- Born: Edgar Monroe Ruhl May 26, 1841 Shrewsbury, Pennsylvania
- Died: October 19, 1864 (aged 23) Cedar Creek, Virginia
- Buried: Christ Evangelical Lutheran Cemetery, Shrewsbury, Pennsylvania
- Allegiance: United States of America Union
- Branch: United States Army Union Army
- Service years: 1861–64
- Rank: Captain
- Unit: 87th Pennsylvania Infantry
- Conflicts: American Civil War Third Battle of Winchester; Battle of Cedar Creek;

= Edgar M. Ruhl =

Edgar M. Ruhl (1841–1864) American soldier, a captain in the American Civil War.

Edgar Monroe Ruhl was born in Shrewsbury, Pennsylvania. Following the separation of his parents, he worked as a cigar maker.

On August 31, 1861, Ruhl enlisted in the 87th Pennsylvania Infantry in Company D, a unit his father commanded. The muster date for the unit is listed as September 19, though this may be the date of his promotion to sergeant from private.

Ruhl was promoted throughout the war, at least in part because of his father's interventions. He was promoted from Sergeant to First Sergeant on May 12, 1862. On October 25, 1862, he was promoted to second lieutenant. He was promoted to first lieutenant on May 10, 1863. His final promotion, to captain, occurred on April 20, 1864.

Following the discharge of members of the 87th whose three-year term of enlistment was up, on September 23, 1864, Ruhl was left in command of 200 members of the 87th who had later discharge dates. He led his troops up the Shenandoah Valley, engaging in the Third Battle of Winchester, the Battle of Fisher's Hill, and finally the Battle of Cedar Creek.

In the evening of October 18 and early morning of October 19th, Ruhl wrote a letter of recommendation to the battalion for Sgt. William Esias Culp to become quartermaster. Early the morning of the 19th, Ruhl was killed when a Minié ball traveled through his body, severing an artery. He is reported to have thrown up his hands and said, "Boys, its all up with me." He died a few minutes later.

On November 1, 1864, Noah Ruhl collected his son's remains and had them removed to Shrewsbury, where they were buried with military honors.

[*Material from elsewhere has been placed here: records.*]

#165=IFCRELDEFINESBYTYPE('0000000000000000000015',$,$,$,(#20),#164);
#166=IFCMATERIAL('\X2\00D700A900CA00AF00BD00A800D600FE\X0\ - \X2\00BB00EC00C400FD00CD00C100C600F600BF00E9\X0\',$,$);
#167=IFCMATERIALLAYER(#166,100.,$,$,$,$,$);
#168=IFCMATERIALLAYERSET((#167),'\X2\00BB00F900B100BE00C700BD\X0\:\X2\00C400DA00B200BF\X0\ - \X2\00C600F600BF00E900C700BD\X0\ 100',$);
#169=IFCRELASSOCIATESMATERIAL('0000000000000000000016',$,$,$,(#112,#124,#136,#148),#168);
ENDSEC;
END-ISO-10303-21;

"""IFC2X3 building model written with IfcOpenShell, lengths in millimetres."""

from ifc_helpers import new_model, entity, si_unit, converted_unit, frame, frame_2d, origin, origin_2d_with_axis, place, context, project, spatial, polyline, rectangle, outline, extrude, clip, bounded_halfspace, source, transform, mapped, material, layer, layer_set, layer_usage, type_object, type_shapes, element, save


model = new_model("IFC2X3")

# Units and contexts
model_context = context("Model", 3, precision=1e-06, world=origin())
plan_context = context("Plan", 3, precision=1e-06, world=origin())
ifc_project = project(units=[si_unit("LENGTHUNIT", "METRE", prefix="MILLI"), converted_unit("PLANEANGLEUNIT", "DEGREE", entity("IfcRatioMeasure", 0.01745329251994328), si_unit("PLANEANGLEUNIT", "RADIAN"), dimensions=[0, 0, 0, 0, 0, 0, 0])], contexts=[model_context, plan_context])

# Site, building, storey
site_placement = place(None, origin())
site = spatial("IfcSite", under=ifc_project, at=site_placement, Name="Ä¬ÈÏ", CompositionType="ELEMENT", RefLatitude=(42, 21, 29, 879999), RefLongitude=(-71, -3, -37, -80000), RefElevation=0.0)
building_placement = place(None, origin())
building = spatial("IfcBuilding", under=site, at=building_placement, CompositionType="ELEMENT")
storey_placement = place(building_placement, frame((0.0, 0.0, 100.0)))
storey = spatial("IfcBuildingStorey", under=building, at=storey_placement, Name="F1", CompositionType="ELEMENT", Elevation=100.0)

He is the namesake for Pennsylvania's Sons of Union Veterans of the Civil War Camp #33, Edgar M. Ruhl.

==Sources==
- Brandt, Dennis W. From Home Guards to Heroes:The 87th Pennsylvania and Its Civil War Community. University of Missouri Press, 2006.
- Prowell, George R. History of the 87th Pennsylvania Volunteers. York Daily Press, 1903. Reprinted 1994 by Windmill Publications for Historical Society of York County.